Dengan langkah lesu, Derra memasukan laptop ke dalam tas. Ia sendiri tidak paham meeting di luar untuk bagian apa soalnya dari tim marketing tidak ada pemberitahuan apa pun atau saja ada tetapi ia tak paham karena sedari tadi bergelut dengan rasa kecemasan dan penasaran terhadap Arsha.

Mobil milik Farhan sudah menunggu depan lobi, ketika Derra membuka pintu tengah cukup terkejut karena tidak ada orang lain di sana selain Farhan.

"Katanya ada tim marketing lain?" protes Derra kesal karena dibohongi. Kalau seperti ini sama saja dia  berduaan dengan pimpinannya.

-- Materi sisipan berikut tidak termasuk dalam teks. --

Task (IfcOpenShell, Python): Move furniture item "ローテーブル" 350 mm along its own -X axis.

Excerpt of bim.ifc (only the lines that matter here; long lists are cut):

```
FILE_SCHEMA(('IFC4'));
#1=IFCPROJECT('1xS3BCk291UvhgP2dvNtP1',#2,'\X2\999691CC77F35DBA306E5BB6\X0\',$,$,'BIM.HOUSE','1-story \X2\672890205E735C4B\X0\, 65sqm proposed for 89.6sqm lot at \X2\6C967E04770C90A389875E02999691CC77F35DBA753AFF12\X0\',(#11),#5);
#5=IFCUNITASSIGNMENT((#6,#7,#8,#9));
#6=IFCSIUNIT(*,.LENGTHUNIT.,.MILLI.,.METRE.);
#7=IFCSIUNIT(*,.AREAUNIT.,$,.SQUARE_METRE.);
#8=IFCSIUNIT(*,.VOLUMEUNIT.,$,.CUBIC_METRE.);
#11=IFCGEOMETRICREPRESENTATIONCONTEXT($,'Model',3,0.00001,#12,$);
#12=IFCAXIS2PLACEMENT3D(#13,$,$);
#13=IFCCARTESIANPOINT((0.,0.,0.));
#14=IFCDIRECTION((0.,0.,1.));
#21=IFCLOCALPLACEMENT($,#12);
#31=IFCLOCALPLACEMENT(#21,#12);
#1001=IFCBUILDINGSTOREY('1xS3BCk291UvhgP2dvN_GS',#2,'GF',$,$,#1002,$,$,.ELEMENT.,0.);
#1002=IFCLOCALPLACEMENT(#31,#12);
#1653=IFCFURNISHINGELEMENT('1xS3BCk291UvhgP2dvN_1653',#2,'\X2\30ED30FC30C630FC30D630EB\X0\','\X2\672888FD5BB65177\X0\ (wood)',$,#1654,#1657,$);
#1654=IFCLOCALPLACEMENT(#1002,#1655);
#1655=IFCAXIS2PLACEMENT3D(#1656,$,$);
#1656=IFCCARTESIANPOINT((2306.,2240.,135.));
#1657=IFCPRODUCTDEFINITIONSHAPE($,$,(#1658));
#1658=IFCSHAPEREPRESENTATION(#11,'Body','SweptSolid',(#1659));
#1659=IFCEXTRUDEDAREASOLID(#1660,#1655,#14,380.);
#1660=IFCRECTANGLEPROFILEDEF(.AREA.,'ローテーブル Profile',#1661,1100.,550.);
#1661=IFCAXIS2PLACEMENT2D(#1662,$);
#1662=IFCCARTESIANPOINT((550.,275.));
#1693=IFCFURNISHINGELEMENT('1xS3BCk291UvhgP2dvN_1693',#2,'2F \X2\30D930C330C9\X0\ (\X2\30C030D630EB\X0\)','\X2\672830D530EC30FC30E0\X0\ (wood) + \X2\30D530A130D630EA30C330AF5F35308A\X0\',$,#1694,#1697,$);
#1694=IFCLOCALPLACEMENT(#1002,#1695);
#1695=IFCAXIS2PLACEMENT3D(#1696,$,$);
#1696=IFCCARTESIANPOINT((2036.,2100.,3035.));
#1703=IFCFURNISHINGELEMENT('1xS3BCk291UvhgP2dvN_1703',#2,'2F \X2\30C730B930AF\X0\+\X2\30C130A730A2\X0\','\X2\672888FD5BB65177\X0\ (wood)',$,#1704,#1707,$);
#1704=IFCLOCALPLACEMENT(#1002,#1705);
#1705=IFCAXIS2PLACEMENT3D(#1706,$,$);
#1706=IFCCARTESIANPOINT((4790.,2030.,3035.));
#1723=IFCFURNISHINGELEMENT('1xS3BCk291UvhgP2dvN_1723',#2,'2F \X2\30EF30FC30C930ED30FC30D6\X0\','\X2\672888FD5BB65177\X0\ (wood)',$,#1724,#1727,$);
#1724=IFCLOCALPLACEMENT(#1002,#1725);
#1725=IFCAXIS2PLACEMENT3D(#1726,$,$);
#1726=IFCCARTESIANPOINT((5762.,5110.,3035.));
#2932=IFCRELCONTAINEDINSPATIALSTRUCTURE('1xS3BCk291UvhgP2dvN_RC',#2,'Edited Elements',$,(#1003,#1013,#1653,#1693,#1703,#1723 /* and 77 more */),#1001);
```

```python
import ifcopenshell
import ifcopenshell.api.geometry
import ifcopenshell.util.placement
import ifcopenshell.util.unit

model = ifcopenshell.open("bim.ifc")
unit_scale = ifcopenshell.util.unit.calculate_unit_scale(model)

item = model.by_guid("1xS3BCk291UvhgP2dvN_1653")
matrix = ifcopenshell.util.placement.get_local_placement(item.ObjectPlacement)
matrix[:3, 3] -= matrix[:3, 0] * 0.35 / unit_scale
ifcopenshell.api.geometry.edit_object_placement(model, product=item, matrix=matrix, is_si=False)

print(ifcopenshell.util.placement.get_local_placement(item.ObjectPlacement).round(3) + 0.0)

model.write("bim_updated.ifc")
```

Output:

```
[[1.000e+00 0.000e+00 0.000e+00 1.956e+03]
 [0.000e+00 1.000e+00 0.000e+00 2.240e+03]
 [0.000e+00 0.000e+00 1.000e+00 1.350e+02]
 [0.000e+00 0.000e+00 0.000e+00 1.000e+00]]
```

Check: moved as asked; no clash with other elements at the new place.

"Sudah meluncur menggunakan mobil kantor."

Mau tak mau Derra masuk masih tanpa menaruh kecurigaan. Mobil melesat pelan keluar halaman perusahan dan  bergabung dengan kendaraan lain di jalanan.

Kecurigaan Derra muncul ketika mobil memasuki pelataran parkir sebuah rumah sakit.

"Pak, kok kita ke rumah sakit?" protes Derra dengan bingung.

Farhan memilih diam tanpa membalas pertanyaan Derra entah ke sekian kali dari tempat parkir sampai depan ruangan Mamah dirawat.

Sementara Arsha yang tengah menahan kantuk sangat terkejut ketika mendengar suara yang sangat ia kenal.

"Sialan, Farhan membawa Derra sekarang ke tempat ini," gerutunya sangat kesal. Arsha sangat panik, untung saja wanita itu masih terpejam.

Ia lalu memilih pergi lewat pintu samping paviliun karena tak mungkin bertemu dengan Derra di tempat ini.